This may be old for some

Retailer's image problem: Racism
Joan Ryan
Tuesday, December 9, 2003
©2003 San Francisco Chronicle

URL: sfgate.com/article.cgi?file=/chronicle/archive/2003/12/09/BAGEM3J5H01.DTL

I didn't get her name, but I'm guessing Brittany or Jordan. She was standing at the check-out counter yesterday of the Abercrombie & Fitch store at the San Francisco Center on Market Street. She was blond, thin and wearing a spaghetti-strap camisole and a cutoff-jeans miniskirt low enough on her hips to reveal the waistband of her Abercrombie & Fitch long johns.

"Can I help you?''

"I'd like to apply for job,'' I said.

"Oh,'' she said, momentarily flustered. "You want to check on an application?''

"No, I'd like an application.''

She handed me the form, then at my request left to fetch the manager. Huge photographs of fresh-faced blonds covered the walls. As I waited, two actual fresh-faced blond employees, trying not to be obvious, peeked around the wall to take a look at me for themselves.

Word had spread: A middle-aged woman in a turtle-neck and slacks was asking for an application. To work here. With us. I must have seemed to them like a slab of headcheese trying to sneak on to a plate of petits fours.

The fresh-faced blond manager couldn't have been nicer. He said all the right things: The store was always looking for good people, so drop off the finished application any time.

But I haven't turned in the application. I don't need another job, and I know -- and the surely manager knows -- I don't embody the carefully and expensively created A&F persona.
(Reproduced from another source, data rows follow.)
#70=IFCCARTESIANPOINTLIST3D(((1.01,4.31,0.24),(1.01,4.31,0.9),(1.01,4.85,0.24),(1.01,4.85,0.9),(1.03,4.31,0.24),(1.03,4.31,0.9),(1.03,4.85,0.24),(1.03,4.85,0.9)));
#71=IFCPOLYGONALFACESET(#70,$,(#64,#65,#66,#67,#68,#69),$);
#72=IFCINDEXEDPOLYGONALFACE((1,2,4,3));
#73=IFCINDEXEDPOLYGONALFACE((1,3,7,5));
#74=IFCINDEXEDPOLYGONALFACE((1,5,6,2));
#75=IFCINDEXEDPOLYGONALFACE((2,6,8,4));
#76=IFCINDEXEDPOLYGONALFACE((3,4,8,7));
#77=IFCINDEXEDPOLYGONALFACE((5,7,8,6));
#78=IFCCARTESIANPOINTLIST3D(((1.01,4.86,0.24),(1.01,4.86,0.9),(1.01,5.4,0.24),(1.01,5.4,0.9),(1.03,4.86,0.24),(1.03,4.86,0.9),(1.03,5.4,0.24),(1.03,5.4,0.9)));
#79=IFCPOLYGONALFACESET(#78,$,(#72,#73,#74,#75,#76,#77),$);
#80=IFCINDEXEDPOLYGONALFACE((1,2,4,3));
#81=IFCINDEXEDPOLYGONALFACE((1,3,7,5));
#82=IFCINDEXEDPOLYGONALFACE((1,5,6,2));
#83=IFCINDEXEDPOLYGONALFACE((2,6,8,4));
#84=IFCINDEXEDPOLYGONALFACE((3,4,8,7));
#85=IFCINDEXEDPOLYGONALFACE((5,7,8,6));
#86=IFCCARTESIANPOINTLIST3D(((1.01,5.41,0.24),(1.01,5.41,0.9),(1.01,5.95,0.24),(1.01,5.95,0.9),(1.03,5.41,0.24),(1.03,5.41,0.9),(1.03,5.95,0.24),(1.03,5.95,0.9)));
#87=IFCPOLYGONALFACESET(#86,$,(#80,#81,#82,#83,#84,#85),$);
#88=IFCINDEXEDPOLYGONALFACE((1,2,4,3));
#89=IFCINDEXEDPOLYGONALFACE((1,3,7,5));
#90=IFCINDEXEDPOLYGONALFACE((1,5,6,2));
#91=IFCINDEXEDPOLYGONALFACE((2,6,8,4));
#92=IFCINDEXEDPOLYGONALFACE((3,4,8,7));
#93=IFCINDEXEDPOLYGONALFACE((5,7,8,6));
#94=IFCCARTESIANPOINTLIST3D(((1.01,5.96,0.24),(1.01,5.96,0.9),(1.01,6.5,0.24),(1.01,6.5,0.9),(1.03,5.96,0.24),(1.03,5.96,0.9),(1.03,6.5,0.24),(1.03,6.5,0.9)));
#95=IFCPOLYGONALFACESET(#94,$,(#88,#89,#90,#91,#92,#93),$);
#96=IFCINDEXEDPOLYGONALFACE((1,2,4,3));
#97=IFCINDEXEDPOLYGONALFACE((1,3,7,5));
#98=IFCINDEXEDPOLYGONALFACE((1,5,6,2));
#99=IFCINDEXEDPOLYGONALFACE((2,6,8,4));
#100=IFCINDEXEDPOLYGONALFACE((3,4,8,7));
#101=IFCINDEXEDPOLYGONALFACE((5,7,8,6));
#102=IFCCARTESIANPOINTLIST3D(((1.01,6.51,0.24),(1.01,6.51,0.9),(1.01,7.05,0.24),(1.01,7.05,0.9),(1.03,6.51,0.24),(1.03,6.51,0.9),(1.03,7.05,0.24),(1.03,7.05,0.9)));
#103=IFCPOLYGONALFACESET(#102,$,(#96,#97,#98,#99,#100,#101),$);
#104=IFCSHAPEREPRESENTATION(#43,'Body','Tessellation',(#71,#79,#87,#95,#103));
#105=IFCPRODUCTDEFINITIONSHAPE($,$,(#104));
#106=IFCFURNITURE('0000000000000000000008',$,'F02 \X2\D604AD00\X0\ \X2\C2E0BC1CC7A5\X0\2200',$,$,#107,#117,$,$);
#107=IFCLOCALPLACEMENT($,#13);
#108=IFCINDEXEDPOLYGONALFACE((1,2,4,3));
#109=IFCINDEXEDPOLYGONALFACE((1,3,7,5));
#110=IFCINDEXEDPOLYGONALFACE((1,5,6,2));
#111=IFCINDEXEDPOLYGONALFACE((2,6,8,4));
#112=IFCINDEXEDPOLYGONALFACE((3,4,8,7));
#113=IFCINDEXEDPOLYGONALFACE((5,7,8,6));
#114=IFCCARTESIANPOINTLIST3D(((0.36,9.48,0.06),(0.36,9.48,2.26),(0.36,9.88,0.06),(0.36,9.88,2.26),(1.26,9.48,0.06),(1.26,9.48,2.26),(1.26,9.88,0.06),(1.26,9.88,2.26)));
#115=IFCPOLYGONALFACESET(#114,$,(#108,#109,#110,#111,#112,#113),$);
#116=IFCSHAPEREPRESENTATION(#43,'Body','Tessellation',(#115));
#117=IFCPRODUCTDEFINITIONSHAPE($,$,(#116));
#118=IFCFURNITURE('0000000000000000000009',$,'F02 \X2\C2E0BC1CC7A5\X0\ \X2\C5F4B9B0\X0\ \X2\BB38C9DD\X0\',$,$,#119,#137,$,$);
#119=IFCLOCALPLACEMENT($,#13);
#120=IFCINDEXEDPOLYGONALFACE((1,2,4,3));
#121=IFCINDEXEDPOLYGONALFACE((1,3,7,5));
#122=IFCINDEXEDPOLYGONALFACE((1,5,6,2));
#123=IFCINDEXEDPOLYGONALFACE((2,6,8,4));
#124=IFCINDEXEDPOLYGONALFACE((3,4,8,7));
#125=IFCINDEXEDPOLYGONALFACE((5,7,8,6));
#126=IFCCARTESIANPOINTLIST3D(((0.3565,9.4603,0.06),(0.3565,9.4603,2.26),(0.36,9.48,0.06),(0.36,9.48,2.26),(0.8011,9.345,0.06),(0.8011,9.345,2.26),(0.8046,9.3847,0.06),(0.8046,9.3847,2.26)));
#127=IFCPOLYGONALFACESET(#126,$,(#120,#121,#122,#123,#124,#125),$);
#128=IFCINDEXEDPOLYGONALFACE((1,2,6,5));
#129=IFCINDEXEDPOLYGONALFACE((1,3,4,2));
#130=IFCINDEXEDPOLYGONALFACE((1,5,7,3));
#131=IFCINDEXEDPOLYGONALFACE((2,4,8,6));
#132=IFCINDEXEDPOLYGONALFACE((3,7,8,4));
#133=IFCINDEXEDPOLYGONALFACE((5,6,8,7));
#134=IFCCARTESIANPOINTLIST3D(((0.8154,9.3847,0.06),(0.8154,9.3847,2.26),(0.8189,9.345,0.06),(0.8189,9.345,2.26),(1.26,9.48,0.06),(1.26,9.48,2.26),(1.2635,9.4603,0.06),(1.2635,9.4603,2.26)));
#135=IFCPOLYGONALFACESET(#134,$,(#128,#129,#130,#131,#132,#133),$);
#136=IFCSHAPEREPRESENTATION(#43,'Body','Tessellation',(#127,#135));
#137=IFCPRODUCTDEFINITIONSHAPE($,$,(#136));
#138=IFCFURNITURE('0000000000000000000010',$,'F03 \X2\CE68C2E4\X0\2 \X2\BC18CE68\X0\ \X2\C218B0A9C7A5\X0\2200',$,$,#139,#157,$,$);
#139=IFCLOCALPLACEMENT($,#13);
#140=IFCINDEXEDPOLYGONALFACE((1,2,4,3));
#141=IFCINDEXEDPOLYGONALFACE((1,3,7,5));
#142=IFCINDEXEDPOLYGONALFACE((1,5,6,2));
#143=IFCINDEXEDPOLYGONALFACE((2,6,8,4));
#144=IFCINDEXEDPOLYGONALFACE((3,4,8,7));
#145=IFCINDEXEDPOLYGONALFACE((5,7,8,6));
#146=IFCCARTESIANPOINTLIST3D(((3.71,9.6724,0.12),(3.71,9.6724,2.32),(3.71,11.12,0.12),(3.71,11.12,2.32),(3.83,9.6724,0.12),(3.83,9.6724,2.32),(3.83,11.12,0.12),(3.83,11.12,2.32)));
Neither, apparently, do young minority applicants, according to a class- action suit filed against the 602-store chain. The plaintiffs claim Abercrombie & Fitch discriminates against minorities by pressuring stores to hire sales associates who fit the "A&F look,'' which from their catalogs, advertisements and looping videos in their stores, is white, young and preferably blond. The plaintiffs claim they were denied jobs or squeezed out of jobs because of their race or ethnicity.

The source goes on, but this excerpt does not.